That is so sad...I hope you get her back.


----------



## CarolinaCasey (Jun 1, 2007)

I think that you might have good grounds legally. I think I remember you saying that she's microchipped with his info BUT you have all vet records in your name. I'd call the police and see where it leads you. I'm so sorry, this must be terribly difficult! Hugs to you and your son.


----------



## Meggie'sMom (Dec 24, 2007)

I hope Lucy is back home soon. So sorry.


----------



## GoldenJoyx'stwo (Feb 25, 2007)

I'm so very sorry...


----------



## amy22 (May 11, 2008)

I am so very sorry...I hope that you can get her back. Please let us know what happens... {{hugs}} to you and your son.


----------



## Jackson'sMom (Oct 13, 2007)

I wish you success in your fight to get Lucy back where she belongs.


----------



## Adriennelane (Feb 13, 2008)

I hope you get her back. Can I say, "What a scumbag?"


----------



## inge (Sep 20, 2009)

Oh, how terrible! I'm so very sorry for you and your son!


----------



## Taz Monkey (Feb 25, 2007)

You are much nicer than I would've been. Theres no way he would've gotten any of his stuff out of my house without trading the dog in return.


----------



## fostermom (Sep 6, 2007)

Taz Monkey said:


> You are much nicer than I would've been. Theres no way he would've gotten any of his stuff out of my house without trading the dog in return.



Me too! 

I do understand that you needed to get him out of your and your son's life, but I just couldn't have done it. I am so sorry! I hope you can get her back through the legal route. I know you have to be heartbroken.


----------



## C's Mom (Dec 7, 2009)

I don't know your circumstances but it sounds to me like he isn't the kind of man you or son need around. 
I'm so sorry that he has kept Lucy. I'm hoping that if he gets tired of her or once his anger subsides that he will bring her back. At the very least, I hope that he is good to her.


----------



## paula bedard (Feb 5, 2008)

So sorry...I hope you take advantage of any legal recourse you have.
You might mention to your Vet that should he take her there for a check up/treatment/ etc, that they call you to come get her, since he has her illegally.


----------



## Abbydabbydo (Jan 31, 2007)

Call the police, right now. Start with the IPOD story and end with the dog. I am sure you are scared but stand up straight and fight. A-hole.


----------



## jlc's mom (Dec 21, 2007)

I can't call the police right now because my son is here. I was planning on calling Monday but son stayed home sick and I don't want to put him through anything more. My coworker is having lunch with the cheif of police tomorrow and will talk with him and see what needs to be done. It killed me letting him have his stuff but it was affecting my son. If it were just me I wouldn't of given in for anything. Heck he would of never left with the dog in the first place. I have called the vet and they know. What a jerk and I'm being nice. Thanks all for the good thoughts.


----------



## Taz Monkey (Feb 25, 2007)

Good luck. How old is your son?


----------



## franswit (Mar 2, 2010)

Omg...I can't imagine how you must be feeling right now! Hope you get your pup back...Not cool at all!


----------



## jlc's mom (Dec 21, 2007)

Taz Monkey said:


> Good luck. How old is your son?


 He will be 12 on Sunday.


----------



## BeauShel (May 20, 2007)

I hope the police will be able to give you some answers to get her back. Your son and you must be heartbroken. He is a jerk. I would say more but this is a family forum.


----------



## Minnesota Rosie (Jul 28, 2009)

I don't know any of the background to your post, but I just wanted to tell you that I am completely pissed off on your behalf. I'm sorry that you and your son are going throught his, and I sincerely hope that your dog will be home with you soon.


----------



## jlc's mom (Dec 21, 2007)

It was so sad last night. My son just cryed for her and wouldn't stop. I didn't sleep much because I was just thinking of her.


----------



## fostermom (Sep 6, 2007)

jessi mom said:


> It was so sad last night. My son just cryed for her and wouldn't stop. I didn't sleep much because I was just thinking of her.

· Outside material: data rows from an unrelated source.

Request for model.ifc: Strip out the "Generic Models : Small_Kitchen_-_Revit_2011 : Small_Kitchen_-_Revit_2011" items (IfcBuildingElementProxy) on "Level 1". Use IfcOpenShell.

First a look at what the model holds.

```python
import ifcopenshell
import ifcopenshell.util.element

model = ifcopenshell.open("model.ifc")
print(model.schema)
storey = next(s for s in model.by_type("IfcBuildingStorey") if s.Name == "Level 1")
proxies = [e for e in ifcopenshell.util.element.get_decomposition(storey) if e.is_a("IfcBuildingElementProxy")]
seen = {}
for e in proxies:
    element_type = ifcopenshell.util.element.get_type(e)
    name = element_type.Name if element_type not in (None, e) else None
    seen[name] = seen.get(name, 0) + 1
for name, count in sorted(seen.items(), key=str):
    print(count, "x", name)
```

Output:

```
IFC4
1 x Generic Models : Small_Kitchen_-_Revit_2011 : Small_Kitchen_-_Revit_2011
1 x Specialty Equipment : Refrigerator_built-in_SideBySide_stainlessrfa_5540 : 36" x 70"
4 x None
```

```python
import ifcopenshell
import ifcopenshell.api.root
import ifcopenshell.util.element

model = ifcopenshell.open("model.ifc")

storey = next(s for s in model.by_type("IfcBuildingStorey") if s.Name == "Level 1")
proxies = [e for e in ifcopenshell.util.element.get_decomposition(storey) if e.is_a("IfcBuildingElementProxy")]
targets = [e for e in proxies if (t := ifcopenshell.util.element.get_type(e)) not in (None, e) and t.Name == "Generic Models : Small_Kitchen_-_Revit_2011 : Small_Kitchen_-_Revit_2011"]

for e in targets:
    ifcopenshell.api.root.remove_product(model, product=e)
print(len(targets), "removed")

model.write("model_edited.ifc")
```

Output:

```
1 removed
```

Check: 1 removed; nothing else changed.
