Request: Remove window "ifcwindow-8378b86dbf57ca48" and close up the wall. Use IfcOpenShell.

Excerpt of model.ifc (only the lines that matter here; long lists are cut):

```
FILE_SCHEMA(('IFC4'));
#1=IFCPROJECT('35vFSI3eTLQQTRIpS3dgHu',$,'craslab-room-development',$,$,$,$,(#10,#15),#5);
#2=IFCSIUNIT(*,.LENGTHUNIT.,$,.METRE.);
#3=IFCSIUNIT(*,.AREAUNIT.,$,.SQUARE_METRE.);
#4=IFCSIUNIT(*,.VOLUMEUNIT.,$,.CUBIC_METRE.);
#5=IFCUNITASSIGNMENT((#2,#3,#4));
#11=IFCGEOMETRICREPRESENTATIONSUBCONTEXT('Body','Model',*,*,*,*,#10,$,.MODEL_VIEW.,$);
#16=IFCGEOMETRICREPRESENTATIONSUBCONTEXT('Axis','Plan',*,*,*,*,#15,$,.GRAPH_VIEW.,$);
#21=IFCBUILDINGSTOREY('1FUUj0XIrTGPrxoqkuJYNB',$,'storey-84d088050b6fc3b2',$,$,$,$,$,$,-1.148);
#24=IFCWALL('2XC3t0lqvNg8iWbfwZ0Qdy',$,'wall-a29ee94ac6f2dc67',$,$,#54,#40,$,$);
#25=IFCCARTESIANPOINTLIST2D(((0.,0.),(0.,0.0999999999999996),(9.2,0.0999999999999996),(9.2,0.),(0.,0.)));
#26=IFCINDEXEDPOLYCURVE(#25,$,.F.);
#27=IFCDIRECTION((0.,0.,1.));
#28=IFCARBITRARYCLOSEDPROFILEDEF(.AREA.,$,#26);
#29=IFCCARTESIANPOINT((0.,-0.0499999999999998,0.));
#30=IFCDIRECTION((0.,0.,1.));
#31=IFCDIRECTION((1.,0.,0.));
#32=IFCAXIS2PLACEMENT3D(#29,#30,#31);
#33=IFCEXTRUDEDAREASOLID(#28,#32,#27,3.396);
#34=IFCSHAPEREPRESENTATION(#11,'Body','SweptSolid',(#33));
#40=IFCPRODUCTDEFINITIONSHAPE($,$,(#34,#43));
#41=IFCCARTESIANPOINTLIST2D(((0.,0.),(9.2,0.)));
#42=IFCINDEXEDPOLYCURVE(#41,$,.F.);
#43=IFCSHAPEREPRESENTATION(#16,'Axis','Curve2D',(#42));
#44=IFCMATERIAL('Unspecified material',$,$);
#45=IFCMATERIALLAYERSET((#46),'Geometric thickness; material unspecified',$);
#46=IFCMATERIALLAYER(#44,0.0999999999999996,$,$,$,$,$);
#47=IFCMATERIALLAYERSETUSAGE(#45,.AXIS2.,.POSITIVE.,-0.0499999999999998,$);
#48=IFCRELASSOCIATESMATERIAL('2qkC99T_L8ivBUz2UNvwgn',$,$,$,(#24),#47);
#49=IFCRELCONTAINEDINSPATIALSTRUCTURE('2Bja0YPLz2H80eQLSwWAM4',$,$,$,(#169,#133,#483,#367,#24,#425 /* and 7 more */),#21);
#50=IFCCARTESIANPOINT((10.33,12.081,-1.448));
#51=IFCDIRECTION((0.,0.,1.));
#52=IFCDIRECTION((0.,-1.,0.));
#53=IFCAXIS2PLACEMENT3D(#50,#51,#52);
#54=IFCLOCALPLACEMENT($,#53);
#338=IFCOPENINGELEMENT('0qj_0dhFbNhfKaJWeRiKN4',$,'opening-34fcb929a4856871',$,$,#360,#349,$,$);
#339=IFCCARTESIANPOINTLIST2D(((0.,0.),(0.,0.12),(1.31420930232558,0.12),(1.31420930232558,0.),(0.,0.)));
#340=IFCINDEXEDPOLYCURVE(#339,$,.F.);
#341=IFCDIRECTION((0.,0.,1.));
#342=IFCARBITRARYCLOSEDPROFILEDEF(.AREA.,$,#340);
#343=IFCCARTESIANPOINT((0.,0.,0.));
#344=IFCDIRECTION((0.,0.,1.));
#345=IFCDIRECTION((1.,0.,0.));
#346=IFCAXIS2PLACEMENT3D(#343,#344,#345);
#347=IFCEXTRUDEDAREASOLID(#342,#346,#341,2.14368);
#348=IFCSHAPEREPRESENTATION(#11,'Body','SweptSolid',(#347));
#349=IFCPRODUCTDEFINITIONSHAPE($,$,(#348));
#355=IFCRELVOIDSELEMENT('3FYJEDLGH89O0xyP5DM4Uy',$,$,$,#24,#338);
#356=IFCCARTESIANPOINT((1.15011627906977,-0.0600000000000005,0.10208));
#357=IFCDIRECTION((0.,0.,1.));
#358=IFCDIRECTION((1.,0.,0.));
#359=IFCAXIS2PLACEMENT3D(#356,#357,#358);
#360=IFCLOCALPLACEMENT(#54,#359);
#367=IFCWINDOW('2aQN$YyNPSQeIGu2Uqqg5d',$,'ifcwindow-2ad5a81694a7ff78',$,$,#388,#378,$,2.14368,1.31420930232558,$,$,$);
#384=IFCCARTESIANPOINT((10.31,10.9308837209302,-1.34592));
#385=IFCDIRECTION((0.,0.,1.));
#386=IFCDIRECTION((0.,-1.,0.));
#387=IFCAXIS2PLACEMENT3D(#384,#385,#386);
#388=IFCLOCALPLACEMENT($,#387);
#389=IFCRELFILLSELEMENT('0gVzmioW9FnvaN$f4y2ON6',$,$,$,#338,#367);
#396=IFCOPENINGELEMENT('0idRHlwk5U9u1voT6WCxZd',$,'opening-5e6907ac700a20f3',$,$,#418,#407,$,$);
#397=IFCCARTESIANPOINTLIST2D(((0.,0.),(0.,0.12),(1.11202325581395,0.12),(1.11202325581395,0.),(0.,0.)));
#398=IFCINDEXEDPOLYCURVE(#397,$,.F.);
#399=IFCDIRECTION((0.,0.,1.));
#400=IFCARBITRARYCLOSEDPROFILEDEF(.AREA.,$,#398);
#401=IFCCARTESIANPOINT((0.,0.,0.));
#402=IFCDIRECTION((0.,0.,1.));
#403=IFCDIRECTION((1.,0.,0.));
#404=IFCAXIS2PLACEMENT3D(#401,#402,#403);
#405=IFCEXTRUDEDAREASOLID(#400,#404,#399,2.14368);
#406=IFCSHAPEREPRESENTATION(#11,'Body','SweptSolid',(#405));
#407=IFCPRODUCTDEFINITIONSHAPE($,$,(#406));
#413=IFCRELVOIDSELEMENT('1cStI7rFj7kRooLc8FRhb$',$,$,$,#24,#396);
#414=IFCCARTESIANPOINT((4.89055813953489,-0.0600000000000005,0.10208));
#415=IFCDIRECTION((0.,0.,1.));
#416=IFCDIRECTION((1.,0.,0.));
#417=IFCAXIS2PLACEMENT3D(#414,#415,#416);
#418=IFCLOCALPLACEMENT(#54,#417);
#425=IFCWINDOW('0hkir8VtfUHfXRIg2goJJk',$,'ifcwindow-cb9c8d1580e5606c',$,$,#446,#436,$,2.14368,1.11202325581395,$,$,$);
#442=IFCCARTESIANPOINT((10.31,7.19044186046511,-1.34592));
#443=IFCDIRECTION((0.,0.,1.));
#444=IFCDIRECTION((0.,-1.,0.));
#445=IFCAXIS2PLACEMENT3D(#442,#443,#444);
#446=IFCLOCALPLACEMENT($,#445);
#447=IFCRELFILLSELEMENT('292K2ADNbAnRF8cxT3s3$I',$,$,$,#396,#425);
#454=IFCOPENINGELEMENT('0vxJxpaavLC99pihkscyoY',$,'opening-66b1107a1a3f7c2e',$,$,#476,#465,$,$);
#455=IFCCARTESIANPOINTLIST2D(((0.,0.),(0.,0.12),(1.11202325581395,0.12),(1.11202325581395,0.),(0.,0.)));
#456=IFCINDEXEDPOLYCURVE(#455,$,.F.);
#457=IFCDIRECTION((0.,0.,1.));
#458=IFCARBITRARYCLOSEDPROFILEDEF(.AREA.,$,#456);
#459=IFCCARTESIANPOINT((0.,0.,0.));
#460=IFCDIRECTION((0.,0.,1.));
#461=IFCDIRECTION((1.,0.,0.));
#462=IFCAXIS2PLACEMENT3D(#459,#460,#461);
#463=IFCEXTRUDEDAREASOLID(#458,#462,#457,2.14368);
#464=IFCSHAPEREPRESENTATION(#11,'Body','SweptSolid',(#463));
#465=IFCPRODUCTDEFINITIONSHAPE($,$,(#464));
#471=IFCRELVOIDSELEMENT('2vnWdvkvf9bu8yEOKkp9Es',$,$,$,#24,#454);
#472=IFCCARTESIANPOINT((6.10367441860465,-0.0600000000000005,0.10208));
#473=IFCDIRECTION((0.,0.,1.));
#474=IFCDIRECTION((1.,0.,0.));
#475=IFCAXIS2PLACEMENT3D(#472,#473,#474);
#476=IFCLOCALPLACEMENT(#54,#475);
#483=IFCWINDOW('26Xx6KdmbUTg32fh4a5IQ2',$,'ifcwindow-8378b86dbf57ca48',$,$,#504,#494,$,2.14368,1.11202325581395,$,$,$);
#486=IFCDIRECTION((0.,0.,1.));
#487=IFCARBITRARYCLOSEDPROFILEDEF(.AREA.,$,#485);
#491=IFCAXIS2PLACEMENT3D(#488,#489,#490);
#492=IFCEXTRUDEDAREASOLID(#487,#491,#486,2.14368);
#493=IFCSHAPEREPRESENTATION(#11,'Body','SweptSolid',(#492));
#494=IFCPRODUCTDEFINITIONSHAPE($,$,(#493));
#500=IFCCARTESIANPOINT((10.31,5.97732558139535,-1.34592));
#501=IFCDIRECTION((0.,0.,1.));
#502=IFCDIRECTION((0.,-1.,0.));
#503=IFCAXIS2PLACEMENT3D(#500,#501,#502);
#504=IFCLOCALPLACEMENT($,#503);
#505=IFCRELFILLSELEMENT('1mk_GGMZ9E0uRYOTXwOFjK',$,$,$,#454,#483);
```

```python
import ifcopenshell
import ifcopenshell.api.feature
import ifcopenshell.api.root
import ifcopenshell.geom
import ifcopenshell.util.shape

model = ifcopenshell.open("model.ifc")
settings = ifcopenshell.geom.settings()


def volume(element):
    """Net volume in cubic metres, openings subtracted."""
    shape = ifcopenshell.geom.create_shape(settings, element)
    return ifcopenshell.util.shape.get_volume(shape.geometry)


window = model.by_guid("26Xx6KdmbUTg32fh4a5IQ2")
opening = window.FillsVoids[0].RelatingOpeningElement
wall = opening.VoidsElements[0].RelatingBuildingElement
before = volume(wall)

ifcopenshell.api.root.remove_product(model, product=window)
ifcopenshell.api.feature.remove_feature(model, feature=opening)

after = volume(wall)

print(f"wall volume {before:.3f} -> {after:.3f} m3")

model.write("model_edited.ifc")
```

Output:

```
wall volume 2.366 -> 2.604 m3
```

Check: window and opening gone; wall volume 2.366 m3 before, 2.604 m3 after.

Is your ex your son's father? If not, I don't see why making a police report in front of your son would be a problem. He obviously loved the dog, too. It would be a great character building experience for him to see that you will fight for what is rightfully yours, and you would be doing it by going the legal route.


----------



## coppers-mom (Jan 9, 2009)

Oh Kathy - I am so sorry about Lucy and all of this. He probably just kept her to be mean. Sheesh. I hope he gets what he deserves someday.

My sister didn't make good choices in her younger days and was a bit wild.:uhoh: When husband #3 (or so - I forget) left, he headed out to the dog pen to get the two beagles my dad had given them.

He ended up leaving with a truck full of buckshot and no dogs.: Too bad this wasn't an option for the creep in your life. My sister was so scary the ex never came back.:doh:


----------



## jlc's mom (Dec 21, 2007)

fostermom said:


> Is your ex your son's father? If not, I don't see why making a police report in front of your son would be a problem. He obviously loved the dog, too. It would be a great character building experience for him to see that you will fight for what is rightfully yours, and you would be doing it by going the legal route.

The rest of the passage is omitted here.